[Collected data entries]
──────────
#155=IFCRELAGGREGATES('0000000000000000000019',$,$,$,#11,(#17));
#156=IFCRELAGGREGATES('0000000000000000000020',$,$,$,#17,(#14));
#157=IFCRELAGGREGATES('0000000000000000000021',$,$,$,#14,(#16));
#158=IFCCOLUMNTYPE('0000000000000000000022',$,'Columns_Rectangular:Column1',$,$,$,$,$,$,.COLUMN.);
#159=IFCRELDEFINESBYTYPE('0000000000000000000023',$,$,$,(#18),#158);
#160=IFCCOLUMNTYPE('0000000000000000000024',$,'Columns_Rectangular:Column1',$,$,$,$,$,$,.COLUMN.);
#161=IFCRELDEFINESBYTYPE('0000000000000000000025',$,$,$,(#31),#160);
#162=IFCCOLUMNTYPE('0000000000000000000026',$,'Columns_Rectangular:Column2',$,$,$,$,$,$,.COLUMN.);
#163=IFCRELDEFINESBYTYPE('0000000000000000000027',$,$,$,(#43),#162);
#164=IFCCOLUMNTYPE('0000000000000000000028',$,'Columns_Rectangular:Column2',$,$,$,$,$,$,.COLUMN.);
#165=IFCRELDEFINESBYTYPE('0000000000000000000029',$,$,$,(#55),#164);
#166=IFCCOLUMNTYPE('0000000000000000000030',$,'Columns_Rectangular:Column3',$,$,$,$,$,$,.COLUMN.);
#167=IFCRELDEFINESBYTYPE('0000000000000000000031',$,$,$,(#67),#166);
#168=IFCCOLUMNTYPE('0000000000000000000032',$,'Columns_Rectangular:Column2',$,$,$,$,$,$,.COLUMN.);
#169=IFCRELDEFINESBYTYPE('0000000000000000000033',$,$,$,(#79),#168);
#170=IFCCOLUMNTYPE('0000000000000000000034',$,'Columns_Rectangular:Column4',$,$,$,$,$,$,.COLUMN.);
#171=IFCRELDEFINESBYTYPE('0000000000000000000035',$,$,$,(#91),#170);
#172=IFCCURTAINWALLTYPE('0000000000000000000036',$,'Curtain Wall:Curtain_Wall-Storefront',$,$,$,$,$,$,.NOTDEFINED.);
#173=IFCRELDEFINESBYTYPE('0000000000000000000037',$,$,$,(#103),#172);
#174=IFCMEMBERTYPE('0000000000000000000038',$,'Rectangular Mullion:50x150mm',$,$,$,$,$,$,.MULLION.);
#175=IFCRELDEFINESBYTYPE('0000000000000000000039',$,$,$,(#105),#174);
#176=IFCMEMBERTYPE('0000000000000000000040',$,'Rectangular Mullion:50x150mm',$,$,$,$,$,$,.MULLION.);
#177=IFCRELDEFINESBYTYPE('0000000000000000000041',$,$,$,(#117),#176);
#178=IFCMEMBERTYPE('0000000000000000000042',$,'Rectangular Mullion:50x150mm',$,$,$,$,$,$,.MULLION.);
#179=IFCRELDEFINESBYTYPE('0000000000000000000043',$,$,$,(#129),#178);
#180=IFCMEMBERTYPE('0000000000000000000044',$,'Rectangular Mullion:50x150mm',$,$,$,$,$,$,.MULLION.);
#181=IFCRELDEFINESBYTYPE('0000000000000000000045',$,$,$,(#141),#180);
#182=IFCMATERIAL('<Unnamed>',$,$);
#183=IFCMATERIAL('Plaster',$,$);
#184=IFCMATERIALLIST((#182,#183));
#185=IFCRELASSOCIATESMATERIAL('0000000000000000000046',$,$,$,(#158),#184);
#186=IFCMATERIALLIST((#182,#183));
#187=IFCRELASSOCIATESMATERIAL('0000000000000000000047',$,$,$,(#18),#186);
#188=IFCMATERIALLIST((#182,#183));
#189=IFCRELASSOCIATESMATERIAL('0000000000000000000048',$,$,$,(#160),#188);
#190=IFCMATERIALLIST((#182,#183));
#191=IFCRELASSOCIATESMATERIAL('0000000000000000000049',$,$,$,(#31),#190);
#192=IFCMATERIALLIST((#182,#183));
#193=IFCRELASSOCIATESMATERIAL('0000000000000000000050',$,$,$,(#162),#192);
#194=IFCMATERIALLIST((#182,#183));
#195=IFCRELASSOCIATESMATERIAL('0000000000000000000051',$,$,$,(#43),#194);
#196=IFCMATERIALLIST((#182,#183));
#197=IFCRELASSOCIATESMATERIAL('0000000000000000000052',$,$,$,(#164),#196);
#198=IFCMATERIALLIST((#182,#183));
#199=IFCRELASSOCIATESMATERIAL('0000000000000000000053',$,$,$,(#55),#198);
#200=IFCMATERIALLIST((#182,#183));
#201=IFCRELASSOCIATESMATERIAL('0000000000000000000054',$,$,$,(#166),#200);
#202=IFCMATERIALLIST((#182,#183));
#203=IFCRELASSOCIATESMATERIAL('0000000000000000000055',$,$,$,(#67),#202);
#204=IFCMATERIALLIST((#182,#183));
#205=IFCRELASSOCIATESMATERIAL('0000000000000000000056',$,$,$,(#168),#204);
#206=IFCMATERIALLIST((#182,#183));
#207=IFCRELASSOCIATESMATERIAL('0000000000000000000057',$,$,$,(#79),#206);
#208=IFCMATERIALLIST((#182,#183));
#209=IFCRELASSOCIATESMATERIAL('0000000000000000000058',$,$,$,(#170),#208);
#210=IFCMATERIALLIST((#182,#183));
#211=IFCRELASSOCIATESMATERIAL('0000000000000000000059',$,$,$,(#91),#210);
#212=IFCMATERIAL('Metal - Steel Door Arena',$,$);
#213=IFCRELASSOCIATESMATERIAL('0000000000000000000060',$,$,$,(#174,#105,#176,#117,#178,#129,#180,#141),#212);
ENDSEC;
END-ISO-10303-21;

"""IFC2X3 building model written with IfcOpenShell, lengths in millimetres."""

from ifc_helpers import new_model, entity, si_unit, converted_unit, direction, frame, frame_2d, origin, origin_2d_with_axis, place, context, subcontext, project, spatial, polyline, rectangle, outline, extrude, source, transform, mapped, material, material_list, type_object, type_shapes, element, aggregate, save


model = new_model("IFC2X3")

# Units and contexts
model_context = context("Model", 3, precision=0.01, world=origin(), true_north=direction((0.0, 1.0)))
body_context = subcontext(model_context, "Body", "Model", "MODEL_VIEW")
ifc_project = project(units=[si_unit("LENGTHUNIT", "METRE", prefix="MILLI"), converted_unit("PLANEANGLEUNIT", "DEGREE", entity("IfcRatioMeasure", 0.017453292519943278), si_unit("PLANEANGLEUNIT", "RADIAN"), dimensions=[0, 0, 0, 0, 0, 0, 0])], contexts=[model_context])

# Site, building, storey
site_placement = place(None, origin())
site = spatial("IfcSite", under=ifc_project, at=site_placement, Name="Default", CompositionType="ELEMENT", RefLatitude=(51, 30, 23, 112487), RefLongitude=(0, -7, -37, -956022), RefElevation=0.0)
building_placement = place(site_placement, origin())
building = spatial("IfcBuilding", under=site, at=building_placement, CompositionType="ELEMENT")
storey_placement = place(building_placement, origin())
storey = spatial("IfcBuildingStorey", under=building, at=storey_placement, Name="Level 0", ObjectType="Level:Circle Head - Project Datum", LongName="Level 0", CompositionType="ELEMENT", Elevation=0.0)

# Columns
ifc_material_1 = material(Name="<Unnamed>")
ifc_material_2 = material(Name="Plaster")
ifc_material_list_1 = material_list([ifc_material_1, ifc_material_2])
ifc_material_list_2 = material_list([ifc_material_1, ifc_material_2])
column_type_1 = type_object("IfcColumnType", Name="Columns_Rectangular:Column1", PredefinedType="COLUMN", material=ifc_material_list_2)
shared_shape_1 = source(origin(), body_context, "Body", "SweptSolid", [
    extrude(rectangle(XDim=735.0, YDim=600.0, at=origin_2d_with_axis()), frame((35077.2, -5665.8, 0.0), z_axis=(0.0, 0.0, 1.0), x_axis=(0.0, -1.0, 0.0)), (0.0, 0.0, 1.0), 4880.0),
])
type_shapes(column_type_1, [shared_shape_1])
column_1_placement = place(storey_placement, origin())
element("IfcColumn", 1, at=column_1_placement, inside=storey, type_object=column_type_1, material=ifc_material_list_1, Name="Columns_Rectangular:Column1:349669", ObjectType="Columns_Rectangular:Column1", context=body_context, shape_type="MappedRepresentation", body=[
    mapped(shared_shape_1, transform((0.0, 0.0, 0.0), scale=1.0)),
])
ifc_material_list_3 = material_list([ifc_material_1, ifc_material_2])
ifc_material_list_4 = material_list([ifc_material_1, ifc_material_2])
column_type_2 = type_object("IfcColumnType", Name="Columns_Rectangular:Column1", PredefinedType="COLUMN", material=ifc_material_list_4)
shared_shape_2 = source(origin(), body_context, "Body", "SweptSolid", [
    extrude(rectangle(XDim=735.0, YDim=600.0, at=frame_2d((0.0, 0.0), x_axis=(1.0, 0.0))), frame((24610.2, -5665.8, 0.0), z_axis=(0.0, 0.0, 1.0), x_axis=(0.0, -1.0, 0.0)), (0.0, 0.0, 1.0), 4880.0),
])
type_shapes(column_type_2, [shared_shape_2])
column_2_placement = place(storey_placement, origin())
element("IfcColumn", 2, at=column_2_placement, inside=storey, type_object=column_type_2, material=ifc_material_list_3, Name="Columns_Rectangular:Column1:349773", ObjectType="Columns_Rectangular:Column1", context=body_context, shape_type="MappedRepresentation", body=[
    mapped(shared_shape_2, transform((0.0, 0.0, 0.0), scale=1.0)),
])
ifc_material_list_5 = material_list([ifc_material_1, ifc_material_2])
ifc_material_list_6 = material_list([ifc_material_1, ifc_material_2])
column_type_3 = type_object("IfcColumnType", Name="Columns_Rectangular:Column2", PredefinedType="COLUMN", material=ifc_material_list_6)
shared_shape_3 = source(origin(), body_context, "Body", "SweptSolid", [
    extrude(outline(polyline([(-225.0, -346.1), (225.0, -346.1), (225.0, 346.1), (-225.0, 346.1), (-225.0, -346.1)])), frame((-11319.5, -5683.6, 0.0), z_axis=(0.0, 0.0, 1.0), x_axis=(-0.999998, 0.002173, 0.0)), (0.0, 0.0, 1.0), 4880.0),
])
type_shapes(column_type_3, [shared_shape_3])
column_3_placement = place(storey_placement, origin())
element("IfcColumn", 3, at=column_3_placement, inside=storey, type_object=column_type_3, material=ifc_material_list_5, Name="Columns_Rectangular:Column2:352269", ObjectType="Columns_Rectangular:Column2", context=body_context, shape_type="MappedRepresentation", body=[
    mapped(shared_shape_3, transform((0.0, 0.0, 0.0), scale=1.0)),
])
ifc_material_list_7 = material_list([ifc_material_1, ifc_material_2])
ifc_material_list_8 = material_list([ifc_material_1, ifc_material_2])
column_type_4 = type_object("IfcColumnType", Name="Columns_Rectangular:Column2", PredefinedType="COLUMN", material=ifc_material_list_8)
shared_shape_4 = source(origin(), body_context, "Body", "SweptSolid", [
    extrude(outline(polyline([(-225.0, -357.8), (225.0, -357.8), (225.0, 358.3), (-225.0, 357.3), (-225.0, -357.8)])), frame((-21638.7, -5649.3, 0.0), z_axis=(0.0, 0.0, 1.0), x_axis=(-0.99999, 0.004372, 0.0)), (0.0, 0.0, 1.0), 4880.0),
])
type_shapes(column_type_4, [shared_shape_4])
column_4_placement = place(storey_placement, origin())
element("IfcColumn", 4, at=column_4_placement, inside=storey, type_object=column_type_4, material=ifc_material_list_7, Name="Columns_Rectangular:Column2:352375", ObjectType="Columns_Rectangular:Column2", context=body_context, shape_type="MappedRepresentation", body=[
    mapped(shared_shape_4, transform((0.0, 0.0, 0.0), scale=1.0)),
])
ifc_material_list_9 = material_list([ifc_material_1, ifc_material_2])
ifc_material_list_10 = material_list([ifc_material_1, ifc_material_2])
──────────
Task directions: A verbatim transcription is needed of the lines above, starting at the line with "#192=IFCMATERIALLIST((#182,#183));" and ending at the line with "#204=IFCMATERIALLIST((#182,#183));", both included, and of nothing else.

Reply to the task:
#192=IFCMATERIALLIST((#182,#183));
#193=IFCRELASSOCIATESMATERIAL('0000000000000000000050',$,$,$,(#162),#192);
#194=IFCMATERIALLIST((#182,#183));
#195=IFCRELASSOCIATESMATERIAL('0000000000000000000051',$,$,$,(#43),#194);
#196=IFCMATERIALLIST((#182,#183));
#197=IFCRELASSOCIATESMATERIAL('0000000000000000000052',$,$,$,(#164),#196);
#198=IFCMATERIALLIST((#182,#183));
#199=IFCRELASSOCIATESMATERIAL('0000000000000000000053',$,$,$,(#55),#198);
#200=IFCMATERIALLIST((#182,#183));
#201=IFCRELASSOCIATESMATERIAL('0000000000000000000054',$,$,$,(#166),#200);
#202=IFCMATERIALLIST((#182,#183));
#203=IFCRELASSOCIATESMATERIAL('0000000000000000000055',$,$,$,(#67),#202);
#204=IFCMATERIALLIST((#182,#183));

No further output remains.